I'd just been to a three-hour opera, a cocktail party and a painfully long talent show; so when I say I was tired, that's an understatement.  I was head-throbbingly tired.  The kind of tired that causes your whole being to become focused on the act of getting home.  I counted the minutes in the subway (only three more stops!), then the subway steps (okay, just a few more to the top).  At last, the final stretch: the short block to my building.  (Thank god, two minutes more and I can take my shoes off and lie down.) 

As I entered my lobby I saw I was in luck: My extremely slow elevator was there waiting for me!  A neighbor, a man who lived on the eighth floor, was already standing inside the car. We made eye contact and I smiled in greeting. Then to my dismay--which was swiftly followed by outrage--he looked away and the doors closed in my face.  It felt like a physical slap. I wanted to cry.  How unbelievably rude, I thought.  So typical of the brutal narcissism of modern society.
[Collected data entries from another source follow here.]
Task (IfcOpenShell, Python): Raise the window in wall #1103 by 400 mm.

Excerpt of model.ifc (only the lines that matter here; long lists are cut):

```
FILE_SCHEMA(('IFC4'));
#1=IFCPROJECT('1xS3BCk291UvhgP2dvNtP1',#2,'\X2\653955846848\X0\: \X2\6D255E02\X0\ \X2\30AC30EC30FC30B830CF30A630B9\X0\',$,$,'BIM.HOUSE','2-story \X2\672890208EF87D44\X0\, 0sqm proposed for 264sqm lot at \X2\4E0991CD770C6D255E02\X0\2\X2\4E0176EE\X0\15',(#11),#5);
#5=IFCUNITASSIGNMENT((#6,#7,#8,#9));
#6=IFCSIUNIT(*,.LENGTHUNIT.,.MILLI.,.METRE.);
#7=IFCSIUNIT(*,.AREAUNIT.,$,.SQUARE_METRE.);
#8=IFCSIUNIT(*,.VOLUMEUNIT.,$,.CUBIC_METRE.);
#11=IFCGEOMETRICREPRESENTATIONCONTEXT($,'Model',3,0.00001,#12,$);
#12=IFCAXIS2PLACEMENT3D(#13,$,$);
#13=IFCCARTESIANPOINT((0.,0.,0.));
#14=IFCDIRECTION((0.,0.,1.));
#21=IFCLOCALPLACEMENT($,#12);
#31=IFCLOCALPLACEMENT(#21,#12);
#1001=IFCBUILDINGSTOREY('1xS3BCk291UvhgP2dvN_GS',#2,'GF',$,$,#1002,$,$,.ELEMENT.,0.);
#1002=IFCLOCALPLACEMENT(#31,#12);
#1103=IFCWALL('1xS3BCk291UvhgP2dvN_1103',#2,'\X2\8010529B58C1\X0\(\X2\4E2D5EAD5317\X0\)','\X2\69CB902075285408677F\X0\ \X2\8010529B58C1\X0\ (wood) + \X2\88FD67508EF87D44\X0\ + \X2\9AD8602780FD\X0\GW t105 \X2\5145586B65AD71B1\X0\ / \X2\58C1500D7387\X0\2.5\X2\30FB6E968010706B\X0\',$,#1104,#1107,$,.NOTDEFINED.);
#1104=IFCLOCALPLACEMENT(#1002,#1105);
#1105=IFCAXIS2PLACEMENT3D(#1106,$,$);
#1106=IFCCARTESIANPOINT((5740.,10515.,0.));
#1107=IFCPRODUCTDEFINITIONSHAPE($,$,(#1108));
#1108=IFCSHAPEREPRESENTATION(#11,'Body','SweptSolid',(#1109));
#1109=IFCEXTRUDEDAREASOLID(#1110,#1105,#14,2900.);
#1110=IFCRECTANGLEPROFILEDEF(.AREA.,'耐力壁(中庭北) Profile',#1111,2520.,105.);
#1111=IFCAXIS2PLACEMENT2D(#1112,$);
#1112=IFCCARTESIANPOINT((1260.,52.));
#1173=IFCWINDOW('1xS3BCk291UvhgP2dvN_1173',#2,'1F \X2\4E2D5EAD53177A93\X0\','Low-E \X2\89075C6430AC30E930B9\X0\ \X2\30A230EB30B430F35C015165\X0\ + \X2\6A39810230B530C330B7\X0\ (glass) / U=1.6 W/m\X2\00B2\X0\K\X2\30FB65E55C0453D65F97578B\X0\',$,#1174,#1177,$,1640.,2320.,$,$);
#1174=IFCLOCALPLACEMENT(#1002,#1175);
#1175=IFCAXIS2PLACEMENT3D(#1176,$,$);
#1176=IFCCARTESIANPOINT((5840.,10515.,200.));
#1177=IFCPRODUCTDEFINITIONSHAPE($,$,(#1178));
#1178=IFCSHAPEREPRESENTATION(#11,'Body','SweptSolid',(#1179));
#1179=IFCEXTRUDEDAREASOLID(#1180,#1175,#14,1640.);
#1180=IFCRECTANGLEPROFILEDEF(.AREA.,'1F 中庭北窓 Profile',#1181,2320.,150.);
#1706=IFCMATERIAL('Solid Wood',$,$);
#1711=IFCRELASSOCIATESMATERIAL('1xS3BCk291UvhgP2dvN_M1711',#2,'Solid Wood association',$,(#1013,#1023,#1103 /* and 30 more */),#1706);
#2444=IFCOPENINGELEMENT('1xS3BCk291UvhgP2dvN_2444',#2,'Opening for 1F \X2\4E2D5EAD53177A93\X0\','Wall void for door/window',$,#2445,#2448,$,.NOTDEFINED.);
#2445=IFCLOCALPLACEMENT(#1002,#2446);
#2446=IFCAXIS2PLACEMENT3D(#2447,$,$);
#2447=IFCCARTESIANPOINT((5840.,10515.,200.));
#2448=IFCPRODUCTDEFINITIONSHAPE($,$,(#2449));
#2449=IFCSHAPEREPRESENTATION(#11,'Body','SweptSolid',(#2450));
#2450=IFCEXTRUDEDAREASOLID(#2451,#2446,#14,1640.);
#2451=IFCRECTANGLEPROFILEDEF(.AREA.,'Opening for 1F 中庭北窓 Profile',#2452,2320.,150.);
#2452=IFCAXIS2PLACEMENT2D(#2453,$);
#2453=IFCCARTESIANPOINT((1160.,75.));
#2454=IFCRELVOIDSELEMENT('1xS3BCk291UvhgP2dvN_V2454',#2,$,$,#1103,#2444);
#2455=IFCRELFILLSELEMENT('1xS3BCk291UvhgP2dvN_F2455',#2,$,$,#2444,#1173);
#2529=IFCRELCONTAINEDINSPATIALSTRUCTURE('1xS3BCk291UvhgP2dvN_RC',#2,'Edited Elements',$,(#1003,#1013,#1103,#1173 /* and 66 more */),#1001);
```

```python
import numpy as np
import ifcopenshell
import ifcopenshell.api.geometry
import ifcopenshell.util.placement
import ifcopenshell.util.unit

model = ifcopenshell.open("model.ifc")
unit_scale = ifcopenshell.util.unit.calculate_unit_scale(model)

window = model.by_guid("1xS3BCk291UvhgP2dvN_1173")
opening = window.FillsVoids[0].RelatingOpeningElement
dz = 0.4 / unit_scale

shift = np.array([0.0, 0.0, dz])
# The window is not placed relative to its opening, so move both.
for product in (opening, window):
    matrix = ifcopenshell.util.placement.get_local_placement(product.ObjectPlacement)
    matrix[:3, 3] += shift
    ifcopenshell.api.geometry.edit_object_placement(model, product=product, matrix=matrix, is_si=False)

print(f"moved by {dz * unit_scale:+.3f} m")

model.write("model_rev.ifc")
```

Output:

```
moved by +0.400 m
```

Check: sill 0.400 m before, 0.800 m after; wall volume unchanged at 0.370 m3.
I took out my frustration on the Up button, pushing it furiously and repeatedly.  As I watched the elevator ascend to the 8th floor, then inch back down again, I  vowed to give my neighbor a piece of my mind the next time I saw him.  And then--there he was when the doors opened.

"I'm SO sorry," he said earnestly. " I pushed the 'Open Door' button but it didn't work.  I wanted to come back down to make sure you knew I didn't do that on purpose."

How happy this small gesture made me!  It only took five minutes out of my neighbor's life, but how many people would have gone to the trouble?  I was at once embarrassed I had thought the worst of him and cognizant that within our reach is a much higher quality of life, if only all of us were to behave as this man did.  We often forget that tiny acts of kindness, behavior that takes into account the well-being of others, can truly elevate our lives.